BYFIELD, NICHOLAS: Puritan and Presbyterian, b. in Warwickshire in 1579; d. at Isleworth (2 m. s. of Brentford), Middlesex, Sept. 8, 1622. He was educated at Exeter College, Oxford; was for seven years pastor of St. Peter's Church at Chester, when (1615) he became vicar of Isleworth in Middlesex, where he remained until his death. William Gouge describes him as "a man of a profound judgment, strong memory, sharp wit, quick invention, and unwearied industry." His works were numerous, and greatly esteemed. His Marrow of the Oracles of God (London, 1620), containing six treatises previously published apart, reached an eleventh edition in 1640. The Principles, or, the Pattern of Wholesome Words, dedicated in 1618, reached a seventh edition in 1665, and is a valuable compend of divinity. His expository sermons on the Epistle to the Colossians were published 1615, and several series on the First Epistle of Peter at various times, finally collected and enlarged in a Commentary upon the Whole First Epistle of St.

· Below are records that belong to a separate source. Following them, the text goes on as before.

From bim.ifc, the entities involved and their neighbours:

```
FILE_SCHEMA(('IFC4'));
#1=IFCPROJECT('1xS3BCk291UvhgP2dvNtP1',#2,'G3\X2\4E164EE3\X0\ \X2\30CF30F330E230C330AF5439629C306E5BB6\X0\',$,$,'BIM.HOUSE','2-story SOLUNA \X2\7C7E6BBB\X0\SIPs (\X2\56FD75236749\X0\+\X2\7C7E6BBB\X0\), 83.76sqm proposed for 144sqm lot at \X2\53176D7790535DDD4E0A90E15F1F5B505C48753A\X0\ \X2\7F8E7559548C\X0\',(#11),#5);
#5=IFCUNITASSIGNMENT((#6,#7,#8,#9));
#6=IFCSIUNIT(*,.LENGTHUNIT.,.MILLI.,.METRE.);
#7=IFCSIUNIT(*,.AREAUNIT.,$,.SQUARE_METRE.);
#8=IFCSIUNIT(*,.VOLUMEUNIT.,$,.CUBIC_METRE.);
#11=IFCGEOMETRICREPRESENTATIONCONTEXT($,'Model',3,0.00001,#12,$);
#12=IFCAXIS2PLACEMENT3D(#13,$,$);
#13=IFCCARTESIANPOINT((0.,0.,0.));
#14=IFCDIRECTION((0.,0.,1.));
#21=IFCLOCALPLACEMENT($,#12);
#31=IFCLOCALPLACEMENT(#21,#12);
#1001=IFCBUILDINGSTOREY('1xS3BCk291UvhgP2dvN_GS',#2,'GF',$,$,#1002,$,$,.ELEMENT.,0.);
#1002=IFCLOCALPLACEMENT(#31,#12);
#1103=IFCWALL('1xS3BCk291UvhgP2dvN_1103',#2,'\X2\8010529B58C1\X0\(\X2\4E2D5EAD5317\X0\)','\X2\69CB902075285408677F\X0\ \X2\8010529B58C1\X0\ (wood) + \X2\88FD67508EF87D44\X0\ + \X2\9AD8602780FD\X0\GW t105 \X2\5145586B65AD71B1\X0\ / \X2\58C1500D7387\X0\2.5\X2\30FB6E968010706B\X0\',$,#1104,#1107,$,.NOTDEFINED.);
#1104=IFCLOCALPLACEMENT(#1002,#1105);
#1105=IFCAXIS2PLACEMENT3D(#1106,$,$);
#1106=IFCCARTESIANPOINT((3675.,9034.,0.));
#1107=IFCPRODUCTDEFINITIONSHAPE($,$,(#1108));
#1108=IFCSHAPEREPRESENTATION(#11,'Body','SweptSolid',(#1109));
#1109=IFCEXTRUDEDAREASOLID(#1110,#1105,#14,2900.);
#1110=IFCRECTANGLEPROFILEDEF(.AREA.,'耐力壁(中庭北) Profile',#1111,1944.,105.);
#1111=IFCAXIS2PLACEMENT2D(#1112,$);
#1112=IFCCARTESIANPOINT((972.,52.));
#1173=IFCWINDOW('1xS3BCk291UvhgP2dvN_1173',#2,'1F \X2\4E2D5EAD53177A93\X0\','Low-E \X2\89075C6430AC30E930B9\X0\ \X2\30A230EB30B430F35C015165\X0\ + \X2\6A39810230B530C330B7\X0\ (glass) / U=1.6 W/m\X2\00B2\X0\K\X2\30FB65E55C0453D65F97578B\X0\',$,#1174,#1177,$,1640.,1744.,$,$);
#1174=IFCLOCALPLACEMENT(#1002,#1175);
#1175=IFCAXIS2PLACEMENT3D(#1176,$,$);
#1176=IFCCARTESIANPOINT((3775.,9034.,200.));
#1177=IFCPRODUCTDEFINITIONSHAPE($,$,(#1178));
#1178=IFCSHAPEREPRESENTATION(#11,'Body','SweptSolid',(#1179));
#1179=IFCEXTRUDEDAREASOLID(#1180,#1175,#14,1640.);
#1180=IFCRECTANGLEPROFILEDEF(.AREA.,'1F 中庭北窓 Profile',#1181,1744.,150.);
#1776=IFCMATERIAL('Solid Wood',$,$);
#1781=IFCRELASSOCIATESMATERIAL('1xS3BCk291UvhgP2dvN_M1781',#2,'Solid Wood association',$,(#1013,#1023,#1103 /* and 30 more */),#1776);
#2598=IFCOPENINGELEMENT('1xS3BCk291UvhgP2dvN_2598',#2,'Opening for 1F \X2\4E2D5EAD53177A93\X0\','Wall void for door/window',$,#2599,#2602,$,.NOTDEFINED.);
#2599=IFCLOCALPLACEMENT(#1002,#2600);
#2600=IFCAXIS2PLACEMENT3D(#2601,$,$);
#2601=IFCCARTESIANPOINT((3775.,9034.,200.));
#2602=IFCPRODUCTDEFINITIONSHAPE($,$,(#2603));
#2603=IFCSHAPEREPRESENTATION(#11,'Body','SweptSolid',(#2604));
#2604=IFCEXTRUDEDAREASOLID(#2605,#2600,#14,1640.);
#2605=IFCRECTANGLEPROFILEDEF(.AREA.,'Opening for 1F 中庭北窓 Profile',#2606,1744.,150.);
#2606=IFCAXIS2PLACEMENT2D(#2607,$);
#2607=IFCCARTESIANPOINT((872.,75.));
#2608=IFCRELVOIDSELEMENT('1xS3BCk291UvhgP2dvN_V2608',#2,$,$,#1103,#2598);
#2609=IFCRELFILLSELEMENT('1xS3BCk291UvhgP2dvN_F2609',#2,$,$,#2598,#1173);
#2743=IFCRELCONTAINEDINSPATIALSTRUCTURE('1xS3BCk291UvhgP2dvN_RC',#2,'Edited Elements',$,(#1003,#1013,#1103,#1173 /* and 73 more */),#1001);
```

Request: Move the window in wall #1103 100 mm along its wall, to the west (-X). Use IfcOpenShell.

```python
import ifcopenshell
import ifcopenshell.api.geometry
import ifcopenshell.util.placement

model = ifcopenshell.open("bim.ifc")

window = model.by_guid("1xS3BCk291UvhgP2dvN_1173")
opening = window.FillsVoids[0].RelatingOpeningElement
wall = opening.VoidsElements[0].RelatingBuildingElement

wall_matrix = ifcopenshell.util.placement.get_local_placement(wall.ObjectPlacement)
shift = wall_matrix[:3, 0] * -100.0
before = ifcopenshell.util.placement.get_local_placement(window.ObjectPlacement)[:3, 3].copy()

# The window is not placed relative to its opening, so move both.
for product in (opening, window):
    matrix = ifcopenshell.util.placement.get_local_placement(product.ObjectPlacement)
    matrix[:3, 3] += shift
    ifcopenshell.api.geometry.edit_object_placement(model, product=product, matrix=matrix, is_si=False)

after = ifcopenshell.util.placement.get_local_placement(window.ObjectPlacement)[:3, 3]
print("window moved by", (after - before).round(3) + 0.0)

model.write("bim-out.ifc")
```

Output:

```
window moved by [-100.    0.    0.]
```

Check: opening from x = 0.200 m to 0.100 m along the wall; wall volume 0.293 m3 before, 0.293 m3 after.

Peter (1637). The Rule of Faith, or an Exposition of the Apostles' Creed was issued by his son Adoniram, after his death (1626), and is an able and instructive work. He must be numbered among the Presbyterian fathers in England.

C. A. BRIGGS.

BYROM, JOHN: Author of "Christians awake, salute the happy morn," a Christmas hymn in almost universal use in England; b. at Kersall Cell, Broughton, near Manchester, Feb. 29, 1692; d. there Sept. 26, 1763. He entered Trinity College, Cambridge, 1708 (B.A., 1712; M.A., 1715), and became fellow, 1714; contributed to the Spectator; invented a system of shorthand and taught it with success; became F.R.S., 1724; succeeded to the family estate at Kersall, 1740, and spent his later years there. He was a mystic and a Jacobite; took deep interest in religious speculations, and knew most of the celebrities of his time; he wrote some of the best epigrams in the language. His Poems, written in easy, colloquial style for his own and his friends' amusement, were printed posthumously (2 vols., Manchester, 1773; again, with life and notes, London, 1814); the Chetham Society of Manchester has published his Private Journal and Literary Remains, ed. R. Parkinson (2 vols., 1854-1857), and the Poems, ed. A. W. Ward (2 vols., 1894-1895).